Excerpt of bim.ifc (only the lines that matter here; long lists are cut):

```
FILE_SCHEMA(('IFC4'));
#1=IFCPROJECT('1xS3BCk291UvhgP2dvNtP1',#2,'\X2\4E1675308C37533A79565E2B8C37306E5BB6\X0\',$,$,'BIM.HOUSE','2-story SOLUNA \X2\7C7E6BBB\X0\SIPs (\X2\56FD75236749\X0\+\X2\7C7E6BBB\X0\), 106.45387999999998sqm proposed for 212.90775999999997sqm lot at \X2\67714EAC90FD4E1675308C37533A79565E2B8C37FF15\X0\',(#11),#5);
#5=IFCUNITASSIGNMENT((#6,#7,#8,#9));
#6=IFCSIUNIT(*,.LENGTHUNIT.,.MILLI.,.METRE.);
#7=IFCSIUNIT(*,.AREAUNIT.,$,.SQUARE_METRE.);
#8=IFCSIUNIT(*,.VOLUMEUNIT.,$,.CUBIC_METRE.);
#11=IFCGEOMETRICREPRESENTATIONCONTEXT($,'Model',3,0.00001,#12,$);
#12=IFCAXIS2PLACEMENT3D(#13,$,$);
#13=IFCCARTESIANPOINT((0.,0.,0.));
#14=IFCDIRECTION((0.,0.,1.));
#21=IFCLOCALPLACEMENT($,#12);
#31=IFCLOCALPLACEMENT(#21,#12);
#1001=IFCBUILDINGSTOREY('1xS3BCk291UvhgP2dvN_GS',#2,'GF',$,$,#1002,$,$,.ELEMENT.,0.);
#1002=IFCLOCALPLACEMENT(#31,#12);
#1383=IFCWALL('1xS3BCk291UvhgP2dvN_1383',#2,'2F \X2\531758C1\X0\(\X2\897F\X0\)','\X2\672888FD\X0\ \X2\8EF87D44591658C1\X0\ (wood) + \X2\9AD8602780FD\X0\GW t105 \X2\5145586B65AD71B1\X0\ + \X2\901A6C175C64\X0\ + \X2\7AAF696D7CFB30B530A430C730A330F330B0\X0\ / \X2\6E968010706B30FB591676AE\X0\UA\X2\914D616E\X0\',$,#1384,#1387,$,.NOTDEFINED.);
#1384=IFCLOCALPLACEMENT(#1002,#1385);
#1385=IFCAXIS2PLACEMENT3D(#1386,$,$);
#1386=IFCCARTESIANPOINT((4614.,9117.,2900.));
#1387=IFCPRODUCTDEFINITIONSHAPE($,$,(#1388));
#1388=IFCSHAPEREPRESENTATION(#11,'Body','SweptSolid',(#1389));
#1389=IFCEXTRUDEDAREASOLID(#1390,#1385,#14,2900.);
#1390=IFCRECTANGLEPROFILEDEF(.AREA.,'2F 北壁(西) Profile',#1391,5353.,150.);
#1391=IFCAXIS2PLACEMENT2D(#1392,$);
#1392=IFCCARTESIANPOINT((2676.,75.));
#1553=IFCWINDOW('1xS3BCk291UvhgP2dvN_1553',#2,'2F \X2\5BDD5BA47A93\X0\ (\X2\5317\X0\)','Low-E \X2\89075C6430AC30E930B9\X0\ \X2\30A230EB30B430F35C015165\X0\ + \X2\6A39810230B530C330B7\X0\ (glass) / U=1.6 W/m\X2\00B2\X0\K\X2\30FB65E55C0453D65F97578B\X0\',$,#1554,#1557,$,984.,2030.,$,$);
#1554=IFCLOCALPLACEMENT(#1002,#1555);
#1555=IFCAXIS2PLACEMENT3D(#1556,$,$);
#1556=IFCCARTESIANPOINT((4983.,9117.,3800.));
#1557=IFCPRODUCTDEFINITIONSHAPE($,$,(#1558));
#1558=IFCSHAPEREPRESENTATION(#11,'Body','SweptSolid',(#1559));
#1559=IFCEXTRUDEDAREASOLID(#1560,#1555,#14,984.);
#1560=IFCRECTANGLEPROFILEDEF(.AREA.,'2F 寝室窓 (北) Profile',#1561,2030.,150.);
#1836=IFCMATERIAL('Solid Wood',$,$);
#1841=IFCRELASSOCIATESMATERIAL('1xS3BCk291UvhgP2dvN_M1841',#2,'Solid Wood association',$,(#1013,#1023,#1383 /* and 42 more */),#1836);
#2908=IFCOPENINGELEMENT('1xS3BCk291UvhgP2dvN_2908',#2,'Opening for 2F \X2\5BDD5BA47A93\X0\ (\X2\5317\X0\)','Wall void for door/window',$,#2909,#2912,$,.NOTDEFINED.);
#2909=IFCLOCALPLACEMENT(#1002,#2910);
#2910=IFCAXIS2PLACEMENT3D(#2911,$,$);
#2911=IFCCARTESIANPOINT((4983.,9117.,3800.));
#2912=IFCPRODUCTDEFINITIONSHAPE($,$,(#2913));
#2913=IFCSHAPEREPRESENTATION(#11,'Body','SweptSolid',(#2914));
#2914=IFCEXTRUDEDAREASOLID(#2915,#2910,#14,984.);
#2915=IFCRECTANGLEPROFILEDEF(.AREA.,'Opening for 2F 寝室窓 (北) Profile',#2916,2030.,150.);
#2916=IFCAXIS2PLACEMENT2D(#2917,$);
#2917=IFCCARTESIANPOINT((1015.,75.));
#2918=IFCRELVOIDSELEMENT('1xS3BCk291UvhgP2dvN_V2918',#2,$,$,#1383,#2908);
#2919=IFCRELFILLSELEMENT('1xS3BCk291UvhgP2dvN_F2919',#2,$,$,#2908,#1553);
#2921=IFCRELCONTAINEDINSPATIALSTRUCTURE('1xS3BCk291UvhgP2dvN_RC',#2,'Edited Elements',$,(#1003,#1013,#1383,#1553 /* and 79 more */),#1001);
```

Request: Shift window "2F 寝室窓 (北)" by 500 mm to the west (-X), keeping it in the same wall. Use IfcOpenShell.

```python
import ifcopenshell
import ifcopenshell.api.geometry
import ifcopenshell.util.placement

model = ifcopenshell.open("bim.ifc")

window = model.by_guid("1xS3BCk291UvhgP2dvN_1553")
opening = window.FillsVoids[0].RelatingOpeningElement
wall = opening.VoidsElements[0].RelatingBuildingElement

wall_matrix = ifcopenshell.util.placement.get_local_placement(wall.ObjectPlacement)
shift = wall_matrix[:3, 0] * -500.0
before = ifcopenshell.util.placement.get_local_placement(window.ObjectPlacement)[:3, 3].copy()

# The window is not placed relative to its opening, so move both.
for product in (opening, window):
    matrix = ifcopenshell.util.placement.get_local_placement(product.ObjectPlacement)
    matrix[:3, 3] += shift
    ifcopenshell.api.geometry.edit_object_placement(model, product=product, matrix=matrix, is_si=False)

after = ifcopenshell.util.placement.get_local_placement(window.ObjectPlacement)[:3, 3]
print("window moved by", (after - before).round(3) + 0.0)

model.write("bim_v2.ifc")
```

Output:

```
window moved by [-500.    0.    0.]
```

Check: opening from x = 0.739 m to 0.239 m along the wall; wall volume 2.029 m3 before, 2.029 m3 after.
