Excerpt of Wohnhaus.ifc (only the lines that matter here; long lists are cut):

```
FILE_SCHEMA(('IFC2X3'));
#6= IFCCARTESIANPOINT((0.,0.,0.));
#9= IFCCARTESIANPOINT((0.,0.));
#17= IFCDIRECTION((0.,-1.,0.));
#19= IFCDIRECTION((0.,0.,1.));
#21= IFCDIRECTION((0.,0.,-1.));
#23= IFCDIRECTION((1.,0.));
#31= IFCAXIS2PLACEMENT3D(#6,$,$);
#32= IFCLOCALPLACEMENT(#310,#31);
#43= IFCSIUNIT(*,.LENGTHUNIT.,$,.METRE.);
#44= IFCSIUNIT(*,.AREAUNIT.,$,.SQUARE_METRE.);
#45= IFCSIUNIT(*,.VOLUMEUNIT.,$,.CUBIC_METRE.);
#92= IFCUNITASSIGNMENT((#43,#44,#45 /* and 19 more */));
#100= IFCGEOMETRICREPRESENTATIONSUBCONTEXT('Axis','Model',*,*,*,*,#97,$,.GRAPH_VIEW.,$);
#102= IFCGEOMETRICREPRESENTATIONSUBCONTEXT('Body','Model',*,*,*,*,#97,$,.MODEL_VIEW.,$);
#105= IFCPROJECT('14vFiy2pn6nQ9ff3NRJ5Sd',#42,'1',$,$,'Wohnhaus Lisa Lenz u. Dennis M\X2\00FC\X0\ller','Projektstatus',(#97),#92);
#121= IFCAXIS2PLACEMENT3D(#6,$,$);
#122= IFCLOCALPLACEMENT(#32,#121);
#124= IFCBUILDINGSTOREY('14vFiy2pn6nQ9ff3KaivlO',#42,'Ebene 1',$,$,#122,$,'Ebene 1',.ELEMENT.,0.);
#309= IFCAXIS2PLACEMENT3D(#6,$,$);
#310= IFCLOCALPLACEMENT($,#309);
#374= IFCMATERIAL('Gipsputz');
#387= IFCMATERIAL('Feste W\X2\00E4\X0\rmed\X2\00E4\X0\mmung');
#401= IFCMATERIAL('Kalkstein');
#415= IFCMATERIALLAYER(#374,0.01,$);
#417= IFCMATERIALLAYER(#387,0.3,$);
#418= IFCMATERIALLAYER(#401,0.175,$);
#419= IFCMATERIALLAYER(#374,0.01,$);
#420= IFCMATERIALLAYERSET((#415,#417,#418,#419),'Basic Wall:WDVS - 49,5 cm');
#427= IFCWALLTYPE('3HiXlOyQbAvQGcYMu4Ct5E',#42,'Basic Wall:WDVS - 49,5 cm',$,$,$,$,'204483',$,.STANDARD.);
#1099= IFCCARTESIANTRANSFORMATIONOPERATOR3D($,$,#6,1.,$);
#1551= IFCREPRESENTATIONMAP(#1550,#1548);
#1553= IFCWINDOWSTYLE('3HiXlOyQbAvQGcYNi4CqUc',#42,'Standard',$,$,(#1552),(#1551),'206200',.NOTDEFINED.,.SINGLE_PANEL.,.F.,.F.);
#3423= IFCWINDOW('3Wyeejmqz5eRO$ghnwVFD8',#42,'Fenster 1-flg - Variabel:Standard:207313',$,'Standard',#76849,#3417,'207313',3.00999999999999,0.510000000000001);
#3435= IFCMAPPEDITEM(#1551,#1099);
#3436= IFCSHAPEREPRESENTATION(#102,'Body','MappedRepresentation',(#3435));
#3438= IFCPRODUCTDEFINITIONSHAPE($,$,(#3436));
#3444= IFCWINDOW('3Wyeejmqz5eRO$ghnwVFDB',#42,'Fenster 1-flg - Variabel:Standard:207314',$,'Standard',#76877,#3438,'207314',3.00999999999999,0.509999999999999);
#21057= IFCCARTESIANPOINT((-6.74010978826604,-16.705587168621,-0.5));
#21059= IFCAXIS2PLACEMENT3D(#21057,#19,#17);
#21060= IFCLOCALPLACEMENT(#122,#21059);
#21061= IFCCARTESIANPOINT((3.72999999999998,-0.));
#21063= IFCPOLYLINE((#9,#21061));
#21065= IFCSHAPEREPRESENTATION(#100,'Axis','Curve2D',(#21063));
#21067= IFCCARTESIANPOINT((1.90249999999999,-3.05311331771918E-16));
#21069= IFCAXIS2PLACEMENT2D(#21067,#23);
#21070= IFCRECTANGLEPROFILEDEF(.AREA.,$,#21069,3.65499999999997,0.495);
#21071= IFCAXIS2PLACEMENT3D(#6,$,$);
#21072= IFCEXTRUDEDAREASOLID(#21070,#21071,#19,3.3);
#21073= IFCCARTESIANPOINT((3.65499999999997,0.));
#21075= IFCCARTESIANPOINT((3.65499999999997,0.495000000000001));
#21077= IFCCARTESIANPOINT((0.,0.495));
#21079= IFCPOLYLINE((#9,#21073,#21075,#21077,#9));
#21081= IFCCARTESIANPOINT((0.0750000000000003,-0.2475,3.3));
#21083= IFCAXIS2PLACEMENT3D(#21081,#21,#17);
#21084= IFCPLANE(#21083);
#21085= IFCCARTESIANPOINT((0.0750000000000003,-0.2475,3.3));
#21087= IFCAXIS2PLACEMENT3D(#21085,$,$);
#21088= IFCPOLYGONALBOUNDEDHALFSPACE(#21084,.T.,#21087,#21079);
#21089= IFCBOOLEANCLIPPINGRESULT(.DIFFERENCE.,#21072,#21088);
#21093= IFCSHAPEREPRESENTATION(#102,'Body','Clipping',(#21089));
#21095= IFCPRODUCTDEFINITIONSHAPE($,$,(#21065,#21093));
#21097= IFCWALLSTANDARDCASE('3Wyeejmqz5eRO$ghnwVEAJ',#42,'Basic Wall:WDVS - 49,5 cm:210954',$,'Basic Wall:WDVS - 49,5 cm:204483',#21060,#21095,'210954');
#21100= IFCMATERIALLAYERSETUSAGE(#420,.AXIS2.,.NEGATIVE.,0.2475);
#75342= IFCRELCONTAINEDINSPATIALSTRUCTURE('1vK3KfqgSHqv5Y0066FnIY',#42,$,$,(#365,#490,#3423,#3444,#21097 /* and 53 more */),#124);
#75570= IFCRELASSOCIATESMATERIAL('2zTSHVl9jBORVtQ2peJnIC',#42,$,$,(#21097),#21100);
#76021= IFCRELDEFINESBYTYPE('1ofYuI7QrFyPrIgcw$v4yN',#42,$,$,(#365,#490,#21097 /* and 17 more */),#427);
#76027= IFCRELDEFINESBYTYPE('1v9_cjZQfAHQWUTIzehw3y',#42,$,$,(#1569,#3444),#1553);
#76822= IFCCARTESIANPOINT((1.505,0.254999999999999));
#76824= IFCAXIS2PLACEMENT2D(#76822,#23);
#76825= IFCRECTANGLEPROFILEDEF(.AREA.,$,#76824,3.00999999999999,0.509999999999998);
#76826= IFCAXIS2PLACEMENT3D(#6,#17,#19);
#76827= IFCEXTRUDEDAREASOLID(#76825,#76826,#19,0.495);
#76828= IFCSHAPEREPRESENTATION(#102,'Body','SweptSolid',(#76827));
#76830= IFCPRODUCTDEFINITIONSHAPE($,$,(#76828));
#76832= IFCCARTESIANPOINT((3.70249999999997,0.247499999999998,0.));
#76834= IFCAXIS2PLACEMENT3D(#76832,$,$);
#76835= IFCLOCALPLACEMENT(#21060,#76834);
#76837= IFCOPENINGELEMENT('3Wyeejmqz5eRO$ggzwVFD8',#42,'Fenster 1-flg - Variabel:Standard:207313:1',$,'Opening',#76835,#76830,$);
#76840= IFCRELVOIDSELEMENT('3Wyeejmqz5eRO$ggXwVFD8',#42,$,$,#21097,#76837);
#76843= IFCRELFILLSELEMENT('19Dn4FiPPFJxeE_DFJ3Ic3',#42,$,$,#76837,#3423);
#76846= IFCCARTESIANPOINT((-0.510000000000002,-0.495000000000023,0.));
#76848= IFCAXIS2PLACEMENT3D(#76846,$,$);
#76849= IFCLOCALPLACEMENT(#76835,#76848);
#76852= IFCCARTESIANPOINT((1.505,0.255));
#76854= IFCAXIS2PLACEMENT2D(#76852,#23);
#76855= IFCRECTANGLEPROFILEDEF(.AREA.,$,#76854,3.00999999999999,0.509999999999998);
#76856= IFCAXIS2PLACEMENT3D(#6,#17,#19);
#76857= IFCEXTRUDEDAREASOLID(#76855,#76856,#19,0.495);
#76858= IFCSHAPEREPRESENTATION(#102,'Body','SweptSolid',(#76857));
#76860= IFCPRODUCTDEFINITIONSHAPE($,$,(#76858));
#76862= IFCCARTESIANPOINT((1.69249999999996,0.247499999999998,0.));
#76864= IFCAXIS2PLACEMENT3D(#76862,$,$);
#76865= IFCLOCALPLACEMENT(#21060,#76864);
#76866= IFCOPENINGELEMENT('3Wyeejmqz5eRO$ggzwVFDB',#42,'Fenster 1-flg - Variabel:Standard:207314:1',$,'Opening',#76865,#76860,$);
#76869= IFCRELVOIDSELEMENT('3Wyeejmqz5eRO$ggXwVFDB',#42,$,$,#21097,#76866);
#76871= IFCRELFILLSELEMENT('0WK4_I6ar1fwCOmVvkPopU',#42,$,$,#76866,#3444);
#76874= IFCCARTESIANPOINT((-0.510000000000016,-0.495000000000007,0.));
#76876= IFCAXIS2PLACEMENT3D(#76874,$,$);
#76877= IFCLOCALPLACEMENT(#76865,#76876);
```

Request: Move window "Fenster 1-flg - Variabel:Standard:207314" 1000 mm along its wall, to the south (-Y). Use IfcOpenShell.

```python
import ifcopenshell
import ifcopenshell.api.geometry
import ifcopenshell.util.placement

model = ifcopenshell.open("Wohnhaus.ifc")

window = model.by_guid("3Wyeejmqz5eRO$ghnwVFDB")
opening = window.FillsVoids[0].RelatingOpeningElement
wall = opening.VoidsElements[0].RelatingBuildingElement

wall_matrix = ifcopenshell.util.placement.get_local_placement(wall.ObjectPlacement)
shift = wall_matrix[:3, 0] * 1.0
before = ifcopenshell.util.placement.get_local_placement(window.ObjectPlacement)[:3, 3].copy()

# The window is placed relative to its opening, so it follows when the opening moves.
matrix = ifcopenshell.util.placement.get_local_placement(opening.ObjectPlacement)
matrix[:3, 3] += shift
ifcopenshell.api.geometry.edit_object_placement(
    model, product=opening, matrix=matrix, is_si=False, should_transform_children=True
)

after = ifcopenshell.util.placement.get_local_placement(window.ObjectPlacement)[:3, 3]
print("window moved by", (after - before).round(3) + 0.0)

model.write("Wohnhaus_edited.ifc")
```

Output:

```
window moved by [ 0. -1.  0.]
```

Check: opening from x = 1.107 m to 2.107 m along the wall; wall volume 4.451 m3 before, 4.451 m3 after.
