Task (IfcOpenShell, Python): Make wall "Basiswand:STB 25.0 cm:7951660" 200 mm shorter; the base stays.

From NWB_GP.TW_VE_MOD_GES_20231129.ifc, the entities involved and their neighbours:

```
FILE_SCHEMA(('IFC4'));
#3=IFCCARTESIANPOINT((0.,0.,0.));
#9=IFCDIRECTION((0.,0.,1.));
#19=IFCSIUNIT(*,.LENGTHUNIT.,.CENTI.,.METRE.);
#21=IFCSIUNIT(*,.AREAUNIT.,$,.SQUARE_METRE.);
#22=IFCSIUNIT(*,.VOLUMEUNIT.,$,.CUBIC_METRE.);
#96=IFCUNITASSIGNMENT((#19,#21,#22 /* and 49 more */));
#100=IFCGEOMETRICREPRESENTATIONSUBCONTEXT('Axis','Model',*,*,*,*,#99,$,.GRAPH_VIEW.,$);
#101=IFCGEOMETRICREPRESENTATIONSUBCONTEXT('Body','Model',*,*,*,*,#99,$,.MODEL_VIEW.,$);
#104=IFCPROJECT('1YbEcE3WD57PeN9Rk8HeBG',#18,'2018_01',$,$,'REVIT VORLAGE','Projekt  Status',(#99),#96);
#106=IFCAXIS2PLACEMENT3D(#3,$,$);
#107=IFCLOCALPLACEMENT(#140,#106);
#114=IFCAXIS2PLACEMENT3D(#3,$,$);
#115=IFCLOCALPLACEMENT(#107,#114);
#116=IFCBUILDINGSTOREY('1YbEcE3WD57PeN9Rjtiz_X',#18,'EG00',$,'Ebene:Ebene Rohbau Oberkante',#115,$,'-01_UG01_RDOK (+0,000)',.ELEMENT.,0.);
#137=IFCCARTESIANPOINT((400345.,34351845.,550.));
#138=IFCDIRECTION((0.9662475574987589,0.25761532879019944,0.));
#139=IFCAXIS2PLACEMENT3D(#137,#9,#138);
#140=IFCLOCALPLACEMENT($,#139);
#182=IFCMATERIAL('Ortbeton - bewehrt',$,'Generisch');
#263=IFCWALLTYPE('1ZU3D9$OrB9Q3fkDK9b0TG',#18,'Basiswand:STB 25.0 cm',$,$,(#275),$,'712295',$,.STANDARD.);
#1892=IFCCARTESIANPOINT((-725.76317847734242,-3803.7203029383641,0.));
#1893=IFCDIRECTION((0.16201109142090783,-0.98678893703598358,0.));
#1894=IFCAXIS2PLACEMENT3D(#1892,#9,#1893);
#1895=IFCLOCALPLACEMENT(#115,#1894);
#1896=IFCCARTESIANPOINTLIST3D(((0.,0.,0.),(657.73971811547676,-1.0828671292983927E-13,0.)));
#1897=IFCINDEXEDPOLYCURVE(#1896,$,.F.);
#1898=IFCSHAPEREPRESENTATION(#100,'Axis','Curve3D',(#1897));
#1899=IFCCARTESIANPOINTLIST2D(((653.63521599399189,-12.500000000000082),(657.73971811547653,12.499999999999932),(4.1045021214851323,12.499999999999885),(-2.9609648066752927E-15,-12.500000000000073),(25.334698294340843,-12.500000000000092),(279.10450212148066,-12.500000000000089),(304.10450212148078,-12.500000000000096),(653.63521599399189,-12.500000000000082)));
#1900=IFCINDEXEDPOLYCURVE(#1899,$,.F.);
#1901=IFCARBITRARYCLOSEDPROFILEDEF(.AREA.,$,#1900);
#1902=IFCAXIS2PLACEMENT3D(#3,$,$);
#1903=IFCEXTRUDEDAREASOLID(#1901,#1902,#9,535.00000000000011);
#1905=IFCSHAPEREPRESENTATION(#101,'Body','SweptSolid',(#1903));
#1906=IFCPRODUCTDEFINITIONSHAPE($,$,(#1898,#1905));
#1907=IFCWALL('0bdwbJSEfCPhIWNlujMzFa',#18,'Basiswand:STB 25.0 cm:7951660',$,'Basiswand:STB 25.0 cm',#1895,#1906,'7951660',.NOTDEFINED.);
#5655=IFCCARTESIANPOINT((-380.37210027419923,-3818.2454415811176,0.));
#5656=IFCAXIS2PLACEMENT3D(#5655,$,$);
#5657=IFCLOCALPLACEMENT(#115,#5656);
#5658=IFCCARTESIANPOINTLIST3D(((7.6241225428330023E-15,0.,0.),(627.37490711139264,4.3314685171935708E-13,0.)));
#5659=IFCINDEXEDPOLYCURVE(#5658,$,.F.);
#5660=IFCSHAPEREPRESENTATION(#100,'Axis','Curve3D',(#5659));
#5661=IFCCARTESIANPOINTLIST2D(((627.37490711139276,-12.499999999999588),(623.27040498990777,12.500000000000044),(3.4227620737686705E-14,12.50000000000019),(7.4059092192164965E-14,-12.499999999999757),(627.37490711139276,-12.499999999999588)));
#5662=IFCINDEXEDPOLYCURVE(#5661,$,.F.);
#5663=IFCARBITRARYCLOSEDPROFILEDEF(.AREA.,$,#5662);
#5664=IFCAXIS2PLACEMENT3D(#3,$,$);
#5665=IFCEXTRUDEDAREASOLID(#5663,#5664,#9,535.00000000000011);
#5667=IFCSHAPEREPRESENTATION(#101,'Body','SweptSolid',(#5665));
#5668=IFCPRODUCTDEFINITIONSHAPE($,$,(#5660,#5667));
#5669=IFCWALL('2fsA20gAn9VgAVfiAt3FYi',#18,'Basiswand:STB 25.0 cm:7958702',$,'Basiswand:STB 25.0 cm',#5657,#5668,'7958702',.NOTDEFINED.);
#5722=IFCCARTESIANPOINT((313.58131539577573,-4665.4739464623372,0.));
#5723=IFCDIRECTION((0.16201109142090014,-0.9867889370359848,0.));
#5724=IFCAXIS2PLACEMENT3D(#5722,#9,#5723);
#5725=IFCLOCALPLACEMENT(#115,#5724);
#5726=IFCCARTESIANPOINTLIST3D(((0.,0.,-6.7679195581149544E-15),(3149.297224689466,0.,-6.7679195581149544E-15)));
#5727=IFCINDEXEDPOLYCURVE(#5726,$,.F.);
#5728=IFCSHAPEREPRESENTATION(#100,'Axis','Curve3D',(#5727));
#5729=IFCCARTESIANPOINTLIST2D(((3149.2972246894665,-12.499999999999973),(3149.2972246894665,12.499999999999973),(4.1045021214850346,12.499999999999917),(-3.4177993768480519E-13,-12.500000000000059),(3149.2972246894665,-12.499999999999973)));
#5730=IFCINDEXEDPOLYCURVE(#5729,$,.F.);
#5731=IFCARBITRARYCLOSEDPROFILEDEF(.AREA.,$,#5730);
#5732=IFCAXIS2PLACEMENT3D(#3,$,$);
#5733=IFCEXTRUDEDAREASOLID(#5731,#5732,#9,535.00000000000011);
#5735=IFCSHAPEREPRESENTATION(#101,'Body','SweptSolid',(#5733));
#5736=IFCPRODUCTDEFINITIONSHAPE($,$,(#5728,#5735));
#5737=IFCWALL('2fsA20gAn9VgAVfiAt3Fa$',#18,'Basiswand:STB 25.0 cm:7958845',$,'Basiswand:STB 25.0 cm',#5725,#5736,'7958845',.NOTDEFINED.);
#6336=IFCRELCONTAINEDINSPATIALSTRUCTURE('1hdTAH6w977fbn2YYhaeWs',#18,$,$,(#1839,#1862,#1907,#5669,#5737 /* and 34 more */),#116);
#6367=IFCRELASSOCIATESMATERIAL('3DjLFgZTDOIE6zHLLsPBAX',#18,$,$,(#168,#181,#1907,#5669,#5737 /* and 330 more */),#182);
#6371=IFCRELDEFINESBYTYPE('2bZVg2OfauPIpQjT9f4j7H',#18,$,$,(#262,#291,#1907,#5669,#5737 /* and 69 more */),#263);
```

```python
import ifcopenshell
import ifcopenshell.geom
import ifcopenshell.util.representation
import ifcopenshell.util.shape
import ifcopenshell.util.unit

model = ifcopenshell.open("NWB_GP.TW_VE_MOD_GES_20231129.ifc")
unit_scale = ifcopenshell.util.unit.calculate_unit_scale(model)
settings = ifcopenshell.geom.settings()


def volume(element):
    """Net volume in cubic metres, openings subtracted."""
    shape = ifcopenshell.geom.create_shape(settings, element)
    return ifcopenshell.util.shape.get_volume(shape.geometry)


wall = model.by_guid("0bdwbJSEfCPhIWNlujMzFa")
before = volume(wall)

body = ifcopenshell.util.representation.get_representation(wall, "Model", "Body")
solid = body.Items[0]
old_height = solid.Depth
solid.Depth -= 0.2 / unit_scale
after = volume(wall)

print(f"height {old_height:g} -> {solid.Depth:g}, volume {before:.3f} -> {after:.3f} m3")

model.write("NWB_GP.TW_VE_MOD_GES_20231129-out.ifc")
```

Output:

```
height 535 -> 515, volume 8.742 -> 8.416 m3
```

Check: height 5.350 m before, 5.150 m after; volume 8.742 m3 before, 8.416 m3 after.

————————

WORK TASK ▸ In the records, which lines use the word "Check"? Report them.

SOLUTION TO THIS EXERCISE ▸
Check: opening from x = 0.739 m to 0.239 m along the wall; wall volume 2.029 m3 before, 2.029 m3 after.
Check: opening from x = 1.107 m to 2.107 m along the wall; wall volume 4.451 m3 before, 4.451 m3 after.
Check: height 5.350 m before, 5.150 m after; volume 8.742 m3 before, 8.416 m3 after.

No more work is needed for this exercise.